I believe it is 28.0mm but just want to be sure.

thanks!


----------



## tjcoogan (Mar 4, 2008)

28mm is correct. Not a great selection of posts in this range however you can run a 27.2mm post using a reduction shim like this


----------



## eff_dee (Mar 25, 2008)

tjcoogan,

916 - 996 - 998 ????


----------



## tjcoogan (Mar 4, 2008)

Bought new in '96, 916, 65,000km still going strong.


----------



## fabsroman (Jul 14, 2006)

28.0 is the correct seatpost size. I just finished trying to find a USE shim to 27.2 in the US and arrived at Competitive Cyclist for $14.95 plus $7.95 for shipping. I have an e-mail in to another retailer that I am hoping will beat a total purchase price of $23.

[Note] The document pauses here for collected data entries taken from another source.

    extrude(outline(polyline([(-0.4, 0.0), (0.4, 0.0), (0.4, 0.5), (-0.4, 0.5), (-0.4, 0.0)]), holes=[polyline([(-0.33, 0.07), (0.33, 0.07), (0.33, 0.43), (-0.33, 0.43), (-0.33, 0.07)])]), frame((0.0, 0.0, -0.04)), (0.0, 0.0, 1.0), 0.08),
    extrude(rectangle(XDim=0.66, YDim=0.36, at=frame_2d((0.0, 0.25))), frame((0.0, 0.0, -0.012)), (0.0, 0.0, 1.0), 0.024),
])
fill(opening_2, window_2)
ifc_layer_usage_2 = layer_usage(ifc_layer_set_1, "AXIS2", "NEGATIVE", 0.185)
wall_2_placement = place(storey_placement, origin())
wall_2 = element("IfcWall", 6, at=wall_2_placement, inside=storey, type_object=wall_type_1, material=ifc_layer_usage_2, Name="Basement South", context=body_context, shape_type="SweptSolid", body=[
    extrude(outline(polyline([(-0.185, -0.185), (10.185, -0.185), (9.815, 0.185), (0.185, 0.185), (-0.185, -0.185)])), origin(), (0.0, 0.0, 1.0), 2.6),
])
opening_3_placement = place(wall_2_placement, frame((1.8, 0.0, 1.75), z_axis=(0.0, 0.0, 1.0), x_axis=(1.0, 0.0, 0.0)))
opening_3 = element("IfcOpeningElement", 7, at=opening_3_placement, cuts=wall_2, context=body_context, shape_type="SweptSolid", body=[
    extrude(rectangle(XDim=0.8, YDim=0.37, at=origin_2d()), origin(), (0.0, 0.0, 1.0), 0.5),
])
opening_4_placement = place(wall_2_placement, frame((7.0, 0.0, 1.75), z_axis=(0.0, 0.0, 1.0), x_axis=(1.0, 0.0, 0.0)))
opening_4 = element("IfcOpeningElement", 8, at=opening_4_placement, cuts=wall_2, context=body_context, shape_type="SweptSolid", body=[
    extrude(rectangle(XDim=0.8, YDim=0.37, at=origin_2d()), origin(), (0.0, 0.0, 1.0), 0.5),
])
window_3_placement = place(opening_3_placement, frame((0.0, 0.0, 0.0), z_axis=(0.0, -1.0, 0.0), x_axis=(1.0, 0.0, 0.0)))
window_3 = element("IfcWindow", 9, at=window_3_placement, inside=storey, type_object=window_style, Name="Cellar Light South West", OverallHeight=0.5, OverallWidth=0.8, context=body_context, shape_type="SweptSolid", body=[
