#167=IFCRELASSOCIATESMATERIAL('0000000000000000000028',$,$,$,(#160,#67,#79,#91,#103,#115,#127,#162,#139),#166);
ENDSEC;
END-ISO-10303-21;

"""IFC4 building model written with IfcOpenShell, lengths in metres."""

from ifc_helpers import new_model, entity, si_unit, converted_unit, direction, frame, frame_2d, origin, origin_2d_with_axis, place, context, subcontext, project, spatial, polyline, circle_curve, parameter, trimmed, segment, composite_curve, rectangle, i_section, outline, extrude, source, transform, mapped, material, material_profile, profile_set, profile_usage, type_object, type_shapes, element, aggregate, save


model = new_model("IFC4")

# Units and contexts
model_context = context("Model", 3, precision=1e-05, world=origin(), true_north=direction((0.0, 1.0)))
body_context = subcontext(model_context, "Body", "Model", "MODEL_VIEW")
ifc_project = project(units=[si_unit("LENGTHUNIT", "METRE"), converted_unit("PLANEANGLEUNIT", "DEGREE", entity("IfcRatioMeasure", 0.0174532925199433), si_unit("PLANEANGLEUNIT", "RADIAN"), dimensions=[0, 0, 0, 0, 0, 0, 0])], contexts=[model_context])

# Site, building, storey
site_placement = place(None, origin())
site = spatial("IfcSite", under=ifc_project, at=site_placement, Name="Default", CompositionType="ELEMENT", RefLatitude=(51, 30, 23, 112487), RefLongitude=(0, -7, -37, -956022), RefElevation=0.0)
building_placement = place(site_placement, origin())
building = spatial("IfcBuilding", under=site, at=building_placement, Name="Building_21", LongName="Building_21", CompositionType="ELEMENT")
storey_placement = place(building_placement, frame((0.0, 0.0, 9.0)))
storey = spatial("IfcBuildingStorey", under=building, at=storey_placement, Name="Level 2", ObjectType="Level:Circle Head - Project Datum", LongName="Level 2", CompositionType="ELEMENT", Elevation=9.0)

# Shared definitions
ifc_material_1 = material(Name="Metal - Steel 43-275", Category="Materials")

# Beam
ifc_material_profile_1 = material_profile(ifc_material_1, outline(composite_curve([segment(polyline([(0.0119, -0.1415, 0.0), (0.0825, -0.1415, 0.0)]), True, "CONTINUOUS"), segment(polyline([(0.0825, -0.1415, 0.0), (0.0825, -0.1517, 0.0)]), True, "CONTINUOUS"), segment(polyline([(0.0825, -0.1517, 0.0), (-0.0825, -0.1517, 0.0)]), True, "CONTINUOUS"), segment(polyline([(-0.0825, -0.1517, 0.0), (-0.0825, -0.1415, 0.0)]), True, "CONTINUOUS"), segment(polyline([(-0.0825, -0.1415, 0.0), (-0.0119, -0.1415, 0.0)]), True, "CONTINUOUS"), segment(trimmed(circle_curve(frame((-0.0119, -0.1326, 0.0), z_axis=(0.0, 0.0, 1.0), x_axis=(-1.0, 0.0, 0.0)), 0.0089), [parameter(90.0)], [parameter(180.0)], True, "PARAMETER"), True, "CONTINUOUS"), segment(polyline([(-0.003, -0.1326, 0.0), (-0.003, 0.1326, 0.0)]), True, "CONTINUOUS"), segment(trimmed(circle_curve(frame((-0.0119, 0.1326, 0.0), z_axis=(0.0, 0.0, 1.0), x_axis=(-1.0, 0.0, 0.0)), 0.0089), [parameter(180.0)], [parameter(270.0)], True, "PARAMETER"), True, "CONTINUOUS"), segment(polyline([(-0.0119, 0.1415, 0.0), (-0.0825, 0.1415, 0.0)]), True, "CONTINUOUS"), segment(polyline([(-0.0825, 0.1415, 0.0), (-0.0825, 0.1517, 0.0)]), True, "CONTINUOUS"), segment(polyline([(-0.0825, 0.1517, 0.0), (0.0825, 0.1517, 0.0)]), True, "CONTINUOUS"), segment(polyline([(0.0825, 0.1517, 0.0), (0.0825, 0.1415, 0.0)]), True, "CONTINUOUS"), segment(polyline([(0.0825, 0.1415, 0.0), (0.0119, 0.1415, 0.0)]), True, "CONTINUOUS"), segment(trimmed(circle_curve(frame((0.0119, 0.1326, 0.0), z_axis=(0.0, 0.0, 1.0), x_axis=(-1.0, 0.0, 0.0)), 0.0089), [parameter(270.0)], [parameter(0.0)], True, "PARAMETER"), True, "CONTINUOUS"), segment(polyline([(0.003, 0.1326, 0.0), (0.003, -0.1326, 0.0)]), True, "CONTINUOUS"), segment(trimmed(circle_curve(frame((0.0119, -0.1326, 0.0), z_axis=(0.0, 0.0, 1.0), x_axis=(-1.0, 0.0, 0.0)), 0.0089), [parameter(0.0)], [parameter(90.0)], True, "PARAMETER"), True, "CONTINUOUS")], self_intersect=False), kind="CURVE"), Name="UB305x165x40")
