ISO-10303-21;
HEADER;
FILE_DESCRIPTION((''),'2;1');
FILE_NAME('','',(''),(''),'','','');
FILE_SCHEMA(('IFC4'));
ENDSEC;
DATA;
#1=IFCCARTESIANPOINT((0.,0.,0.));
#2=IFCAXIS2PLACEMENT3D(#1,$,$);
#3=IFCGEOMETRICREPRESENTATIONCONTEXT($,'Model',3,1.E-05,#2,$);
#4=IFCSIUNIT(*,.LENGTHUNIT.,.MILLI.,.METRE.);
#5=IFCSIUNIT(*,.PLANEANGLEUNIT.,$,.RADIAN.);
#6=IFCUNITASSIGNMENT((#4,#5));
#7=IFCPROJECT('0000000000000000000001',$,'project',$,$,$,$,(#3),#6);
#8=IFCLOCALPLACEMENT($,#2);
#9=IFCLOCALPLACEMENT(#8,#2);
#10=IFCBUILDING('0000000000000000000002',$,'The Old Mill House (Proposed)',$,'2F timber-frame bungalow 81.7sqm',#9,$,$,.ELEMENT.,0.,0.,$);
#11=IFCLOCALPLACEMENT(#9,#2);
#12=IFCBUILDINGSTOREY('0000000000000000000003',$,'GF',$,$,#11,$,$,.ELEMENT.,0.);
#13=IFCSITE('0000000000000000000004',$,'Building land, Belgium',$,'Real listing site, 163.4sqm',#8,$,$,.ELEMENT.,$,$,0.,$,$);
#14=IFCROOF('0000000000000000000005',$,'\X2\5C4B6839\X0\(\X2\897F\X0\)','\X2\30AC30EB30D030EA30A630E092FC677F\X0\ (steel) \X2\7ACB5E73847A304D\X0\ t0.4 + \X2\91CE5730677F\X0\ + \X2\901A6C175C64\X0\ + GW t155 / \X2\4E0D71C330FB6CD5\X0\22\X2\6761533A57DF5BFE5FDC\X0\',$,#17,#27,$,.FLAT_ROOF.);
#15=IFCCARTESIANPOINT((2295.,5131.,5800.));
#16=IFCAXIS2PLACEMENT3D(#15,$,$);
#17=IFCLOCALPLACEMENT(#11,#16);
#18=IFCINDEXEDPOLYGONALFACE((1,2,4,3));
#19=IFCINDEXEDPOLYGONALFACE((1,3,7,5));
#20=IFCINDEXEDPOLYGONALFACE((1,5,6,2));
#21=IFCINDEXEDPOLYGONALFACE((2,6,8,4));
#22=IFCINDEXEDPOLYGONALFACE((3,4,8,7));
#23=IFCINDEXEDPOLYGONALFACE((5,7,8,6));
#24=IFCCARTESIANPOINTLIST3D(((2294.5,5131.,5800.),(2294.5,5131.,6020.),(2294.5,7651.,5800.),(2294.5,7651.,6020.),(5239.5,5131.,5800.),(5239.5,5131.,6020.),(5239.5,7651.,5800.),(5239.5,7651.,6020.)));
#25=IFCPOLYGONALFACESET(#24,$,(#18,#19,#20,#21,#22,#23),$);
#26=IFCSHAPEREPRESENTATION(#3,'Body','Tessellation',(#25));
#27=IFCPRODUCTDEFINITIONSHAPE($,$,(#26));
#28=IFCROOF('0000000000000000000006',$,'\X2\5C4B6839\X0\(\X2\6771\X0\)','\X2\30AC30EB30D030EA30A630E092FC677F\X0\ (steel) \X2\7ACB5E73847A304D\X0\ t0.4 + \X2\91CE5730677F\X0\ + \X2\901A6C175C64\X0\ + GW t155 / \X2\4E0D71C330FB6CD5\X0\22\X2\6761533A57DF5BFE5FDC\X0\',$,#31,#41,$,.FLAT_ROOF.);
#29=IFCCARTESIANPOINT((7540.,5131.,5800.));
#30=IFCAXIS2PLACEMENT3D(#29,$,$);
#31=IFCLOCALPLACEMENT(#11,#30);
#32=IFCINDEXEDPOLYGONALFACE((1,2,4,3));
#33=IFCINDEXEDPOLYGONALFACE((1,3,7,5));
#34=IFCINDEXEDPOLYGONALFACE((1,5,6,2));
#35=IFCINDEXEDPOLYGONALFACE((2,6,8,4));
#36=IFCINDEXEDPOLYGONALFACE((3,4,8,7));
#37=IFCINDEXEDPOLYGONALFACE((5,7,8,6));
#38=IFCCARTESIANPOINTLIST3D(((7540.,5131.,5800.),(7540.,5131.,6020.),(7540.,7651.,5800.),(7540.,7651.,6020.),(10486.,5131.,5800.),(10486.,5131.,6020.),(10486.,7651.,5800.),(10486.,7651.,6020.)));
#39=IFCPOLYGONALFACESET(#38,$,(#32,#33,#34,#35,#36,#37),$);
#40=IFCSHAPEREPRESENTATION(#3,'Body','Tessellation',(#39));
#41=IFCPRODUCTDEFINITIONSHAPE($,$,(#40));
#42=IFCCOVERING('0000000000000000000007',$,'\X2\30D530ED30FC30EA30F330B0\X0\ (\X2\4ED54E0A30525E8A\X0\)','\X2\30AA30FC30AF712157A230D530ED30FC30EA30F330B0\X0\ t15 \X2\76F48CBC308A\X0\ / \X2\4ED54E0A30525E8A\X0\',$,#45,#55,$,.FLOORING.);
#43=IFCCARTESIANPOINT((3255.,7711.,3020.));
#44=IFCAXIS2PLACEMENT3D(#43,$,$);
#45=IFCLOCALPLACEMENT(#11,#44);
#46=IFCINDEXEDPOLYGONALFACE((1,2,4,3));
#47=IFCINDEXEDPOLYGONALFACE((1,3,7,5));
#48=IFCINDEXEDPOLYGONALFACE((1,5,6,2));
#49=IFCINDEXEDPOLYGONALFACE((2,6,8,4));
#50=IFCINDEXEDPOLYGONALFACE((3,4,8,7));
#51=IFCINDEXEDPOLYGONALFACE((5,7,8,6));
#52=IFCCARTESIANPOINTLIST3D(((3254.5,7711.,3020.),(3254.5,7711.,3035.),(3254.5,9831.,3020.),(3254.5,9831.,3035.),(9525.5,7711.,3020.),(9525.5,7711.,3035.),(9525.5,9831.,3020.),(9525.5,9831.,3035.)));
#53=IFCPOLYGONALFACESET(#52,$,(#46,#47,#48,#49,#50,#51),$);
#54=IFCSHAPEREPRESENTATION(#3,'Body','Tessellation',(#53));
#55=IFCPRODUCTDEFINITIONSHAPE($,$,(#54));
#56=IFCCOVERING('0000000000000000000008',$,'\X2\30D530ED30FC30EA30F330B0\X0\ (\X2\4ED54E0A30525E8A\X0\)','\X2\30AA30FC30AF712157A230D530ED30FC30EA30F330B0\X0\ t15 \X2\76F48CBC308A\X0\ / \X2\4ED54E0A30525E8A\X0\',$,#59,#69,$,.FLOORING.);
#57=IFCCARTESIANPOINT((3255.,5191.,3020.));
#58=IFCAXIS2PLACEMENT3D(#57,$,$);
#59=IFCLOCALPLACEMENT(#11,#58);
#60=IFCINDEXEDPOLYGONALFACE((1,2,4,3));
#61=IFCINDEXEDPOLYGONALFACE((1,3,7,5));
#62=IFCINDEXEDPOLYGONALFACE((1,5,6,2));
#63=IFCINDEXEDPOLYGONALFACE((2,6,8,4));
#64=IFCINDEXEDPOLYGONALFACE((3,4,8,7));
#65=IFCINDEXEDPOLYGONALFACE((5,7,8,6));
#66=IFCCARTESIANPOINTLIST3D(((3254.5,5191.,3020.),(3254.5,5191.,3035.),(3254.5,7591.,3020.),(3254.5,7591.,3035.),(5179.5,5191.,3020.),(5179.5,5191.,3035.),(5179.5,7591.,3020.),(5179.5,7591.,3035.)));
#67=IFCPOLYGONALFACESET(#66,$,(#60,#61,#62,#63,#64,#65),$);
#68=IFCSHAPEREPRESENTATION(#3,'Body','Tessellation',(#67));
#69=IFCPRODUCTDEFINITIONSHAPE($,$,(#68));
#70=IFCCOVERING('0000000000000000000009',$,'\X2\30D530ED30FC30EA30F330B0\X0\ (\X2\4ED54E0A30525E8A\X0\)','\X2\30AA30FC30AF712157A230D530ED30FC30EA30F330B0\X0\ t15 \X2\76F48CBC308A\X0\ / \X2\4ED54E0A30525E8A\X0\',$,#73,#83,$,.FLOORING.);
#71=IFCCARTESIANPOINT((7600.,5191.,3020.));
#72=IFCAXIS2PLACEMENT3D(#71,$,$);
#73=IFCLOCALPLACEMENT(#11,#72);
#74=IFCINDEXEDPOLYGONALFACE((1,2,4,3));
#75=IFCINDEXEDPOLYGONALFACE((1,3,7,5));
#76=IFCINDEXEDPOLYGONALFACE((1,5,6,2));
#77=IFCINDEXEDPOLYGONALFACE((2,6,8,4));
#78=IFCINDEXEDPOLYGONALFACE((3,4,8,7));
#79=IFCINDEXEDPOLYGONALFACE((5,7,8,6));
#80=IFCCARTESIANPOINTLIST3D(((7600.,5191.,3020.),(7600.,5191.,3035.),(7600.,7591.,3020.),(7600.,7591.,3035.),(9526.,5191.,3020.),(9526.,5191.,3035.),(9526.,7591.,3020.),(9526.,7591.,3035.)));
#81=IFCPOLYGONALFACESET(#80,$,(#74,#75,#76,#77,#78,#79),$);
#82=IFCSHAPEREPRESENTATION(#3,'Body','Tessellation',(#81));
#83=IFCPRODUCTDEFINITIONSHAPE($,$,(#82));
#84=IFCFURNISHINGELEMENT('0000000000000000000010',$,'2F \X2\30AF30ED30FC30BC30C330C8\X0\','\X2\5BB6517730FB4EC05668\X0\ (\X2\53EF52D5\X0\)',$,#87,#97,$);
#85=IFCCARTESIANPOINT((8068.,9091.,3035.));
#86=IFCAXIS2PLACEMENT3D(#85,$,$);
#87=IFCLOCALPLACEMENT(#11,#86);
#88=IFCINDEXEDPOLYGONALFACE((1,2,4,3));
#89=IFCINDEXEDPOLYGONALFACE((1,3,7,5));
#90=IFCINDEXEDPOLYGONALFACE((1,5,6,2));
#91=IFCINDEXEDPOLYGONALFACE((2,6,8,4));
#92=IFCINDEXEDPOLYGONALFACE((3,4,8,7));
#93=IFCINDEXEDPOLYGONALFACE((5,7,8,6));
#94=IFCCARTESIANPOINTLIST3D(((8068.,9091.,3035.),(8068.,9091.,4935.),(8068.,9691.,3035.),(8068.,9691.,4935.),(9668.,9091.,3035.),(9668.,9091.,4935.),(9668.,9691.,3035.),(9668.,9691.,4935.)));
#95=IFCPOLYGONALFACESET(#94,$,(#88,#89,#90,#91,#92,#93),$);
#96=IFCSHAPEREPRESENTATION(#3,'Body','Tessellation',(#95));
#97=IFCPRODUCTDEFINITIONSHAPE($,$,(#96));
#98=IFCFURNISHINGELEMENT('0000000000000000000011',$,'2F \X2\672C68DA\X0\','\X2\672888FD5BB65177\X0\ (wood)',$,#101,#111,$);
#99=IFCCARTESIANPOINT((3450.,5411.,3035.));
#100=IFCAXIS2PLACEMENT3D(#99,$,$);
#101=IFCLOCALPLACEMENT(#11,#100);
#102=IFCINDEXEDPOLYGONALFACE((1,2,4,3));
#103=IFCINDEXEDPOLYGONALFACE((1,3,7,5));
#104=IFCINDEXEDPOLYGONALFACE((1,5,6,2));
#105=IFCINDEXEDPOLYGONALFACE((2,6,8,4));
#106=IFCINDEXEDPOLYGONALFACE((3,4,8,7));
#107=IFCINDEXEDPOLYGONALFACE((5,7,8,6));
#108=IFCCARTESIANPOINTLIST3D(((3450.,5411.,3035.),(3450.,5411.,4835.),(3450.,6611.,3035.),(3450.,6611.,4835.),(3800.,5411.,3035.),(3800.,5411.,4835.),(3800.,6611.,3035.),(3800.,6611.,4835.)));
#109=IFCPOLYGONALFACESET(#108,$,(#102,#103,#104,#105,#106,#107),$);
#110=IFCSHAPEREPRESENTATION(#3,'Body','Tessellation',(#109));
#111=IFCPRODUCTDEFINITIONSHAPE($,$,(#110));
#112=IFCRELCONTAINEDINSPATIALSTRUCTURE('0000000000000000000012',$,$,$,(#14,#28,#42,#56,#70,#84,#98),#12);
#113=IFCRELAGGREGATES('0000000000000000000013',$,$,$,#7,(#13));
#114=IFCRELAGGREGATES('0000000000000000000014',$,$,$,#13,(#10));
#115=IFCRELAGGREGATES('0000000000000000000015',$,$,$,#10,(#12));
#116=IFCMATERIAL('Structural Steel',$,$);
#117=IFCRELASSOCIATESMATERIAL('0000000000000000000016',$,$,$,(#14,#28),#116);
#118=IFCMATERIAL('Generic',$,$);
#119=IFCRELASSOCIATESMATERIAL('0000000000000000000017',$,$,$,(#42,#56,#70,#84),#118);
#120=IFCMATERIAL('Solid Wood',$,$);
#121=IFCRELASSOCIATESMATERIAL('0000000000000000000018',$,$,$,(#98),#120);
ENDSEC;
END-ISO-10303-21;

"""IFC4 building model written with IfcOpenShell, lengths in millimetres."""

from ifc_helpers import new_model, si_unit, frame, frame_2d, origin, place, context, project, spatial, rectangle, extrude, material, element, save


model = new_model("IFC4")

# Units and contexts
model_context = context("Model", 3, precision=1e-05, world=origin())
ifc_project = project(units=[si_unit("LENGTHUNIT", "METRE", prefix="MILLI"), si_unit("PLANEANGLEUNIT", "RADIAN")], contexts=[model_context])

# Site, building, storey
site_placement = place(None, origin())
site = spatial("IfcSite", under=ifc_project, at=site_placement, Name="Building land, Belgium", ObjectType="Real listing site, 163.4sqm", CompositionType="ELEMENT", RefElevation=0.0)
building_placement = place(site_placement, origin())
building = spatial("IfcBuilding", under=site, at=building_placement, Name="The Old Mill House (Proposed)", ObjectType="2F timber-frame bungalow 81.7sqm", CompositionType="ELEMENT", ElevationOfRefHeight=0.0, ElevationOfTerrain=0.0)
storey_placement = place(building_placement, origin())
storey = spatial("IfcBuildingStorey", under=building, at=storey_placement, Name="GF", CompositionType="ELEMENT", Elevation=0.0)

# Shared definitions
ifc_material_1 = material(Name="Solid Wood")

# Roofs
ifc_material_2 = material(Name="Structural Steel")
roof_1_placement = place(storey_placement, frame((2295.0, 5131.0, 5800.0)))
element("IfcRoof", 1, at=roof_1_placement, inside=storey, material=ifc_material_2, Name="屋根(西)", Description="ガルバリウム鋼板 (steel) 立平葺き t0.4 + 野地板 + 通気層 + GW t155 / 不燃・法22条区域対応", PredefinedType="FLAT_ROOF", context=model_context, shape_type="SweptSolid", body=[
    extrude(rectangle(XDim=2945.0, YDim=2520.0, at=frame_2d((1472.0, 1260.0))), frame((2295.0, 5131.0, 5800.0)), (0.0, 0.0, 1.0), 220.0),
])
roof_2_placement = place(storey_placement, frame((7540.0, 5131.0, 5800.0)))
element("IfcRoof", 2, at=roof_2_placement, inside=storey, material=ifc_material_2, Name="屋根(東)", Description="ガルバリウム鋼板 (steel) 立平葺き t0.4 + 野地板 + 通気層 + GW t155 / 不燃・法22条区域対応", PredefinedType="FLAT_ROOF", context=model_context, shape_type="SweptSolid", body=[
    extrude(rectangle(XDim=2946.0, YDim=2520.0, at=frame_2d((1473.0, 1260.0))), frame((7540.0, 5131.0, 5800.0)), (0.0, 0.0, 1.0), 220.0),
])

# Coverings
ifc_material_3 = material(Name="Generic")
covering_1_placement = place(storey_placement, frame((3255.0, 7711.0, 3020.0)))
element("IfcCovering", 3, at=covering_1_placement, inside=storey, material=ifc_material_3, Name="フローリング (仕上げ床)", Description="オーク無垢フローリング t15 直貼り / 仕上げ床", PredefinedType="FLOORING", context=model_context, shape_type="SweptSolid", body=[
    extrude(rectangle(XDim=6271.0, YDim=2120.0, at=frame_2d((3135.0, 1060.0))), frame((3255.0, 7711.0, 3020.0)), (0.0, 0.0, 1.0), 15.0),
])
covering_2_placement = place(storey_placement, frame((3255.0, 5191.0, 3020.0)))
element("IfcCovering", 4, at=covering_2_placement, inside=storey, material=ifc_material_3, Name="フローリング (仕上げ床)", Description="オーク無垢フローリング t15 直貼り / 仕上げ床", PredefinedType="FLOORING", context=model_context, shape_type="SweptSolid", body=[
    extrude(rectangle(XDim=1925.0, YDim=2400.0, at=frame_2d((962.0, 1200.0))), frame((3255.0, 5191.0, 3020.0)), (0.0, 0.0, 1.0), 15.0),
])
covering_3_placement = place(storey_placement, frame((7600.0, 5191.0, 3020.0)))
element("IfcCovering", 5, at=covering_3_placement, inside=storey, material=ifc_material_3, Name="フローリング (仕上げ床)", Description="オーク無垢フローリング t15 直貼り / 仕上げ床", PredefinedType="FLOORING", context=model_context, shape_type="SweptSolid", body=[
    extrude(rectangle(XDim=1926.0, YDim=2400.0, at=frame_2d((963.0, 1200.0))), frame((7600.0, 5191.0, 3020.0)), (0.0, 0.0, 1.0), 15.0),
])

Had a teammate tell me that all the new Colnagos, even the Italian made ones are being built with English BB's. I thought I had both UT cup sets here, but it turns out that they are both Italian and my C50 does indeed have an English BB.


----------



## Guest (Nov 26, 2008)

I was thinking of pointing you to ebikestop.com as they have a variety of sizes in seatpost shims made by Problem Solvers but after looking they have almost every other combination but not that one.


----------



## Contender (Sep 9, 2008)

*How about the Thomson Masterpiece seatpost ?*

28m and a manufacturing tour de force! 

Good choice ?


----------



## fabsroman (Jul 14, 2006)

That seatpost would work for me, and it is a no setback seatpost, which would be even better. However, I already have a Campy Record 27.2 seatpost. Probably cheaper to just buy the shim.


----------



## bwhite_4 (Aug 29, 2006)

I had the use shim and a carbon 27.2 post. It last for about a year and a half before I started having some odd seizing problems. Then the shim cracked and appeared out of shape.

I went with an NOS Thompson 28.0mm post (which is still lighter than most carbon posts).


----------



## mriddle (Nov 16, 2005)

*FSA now has a carbon 28 post.*

They are also making the Colnago branded posts.
C-Bike has the FSA post for I think $135.
Never tried a shim.


----------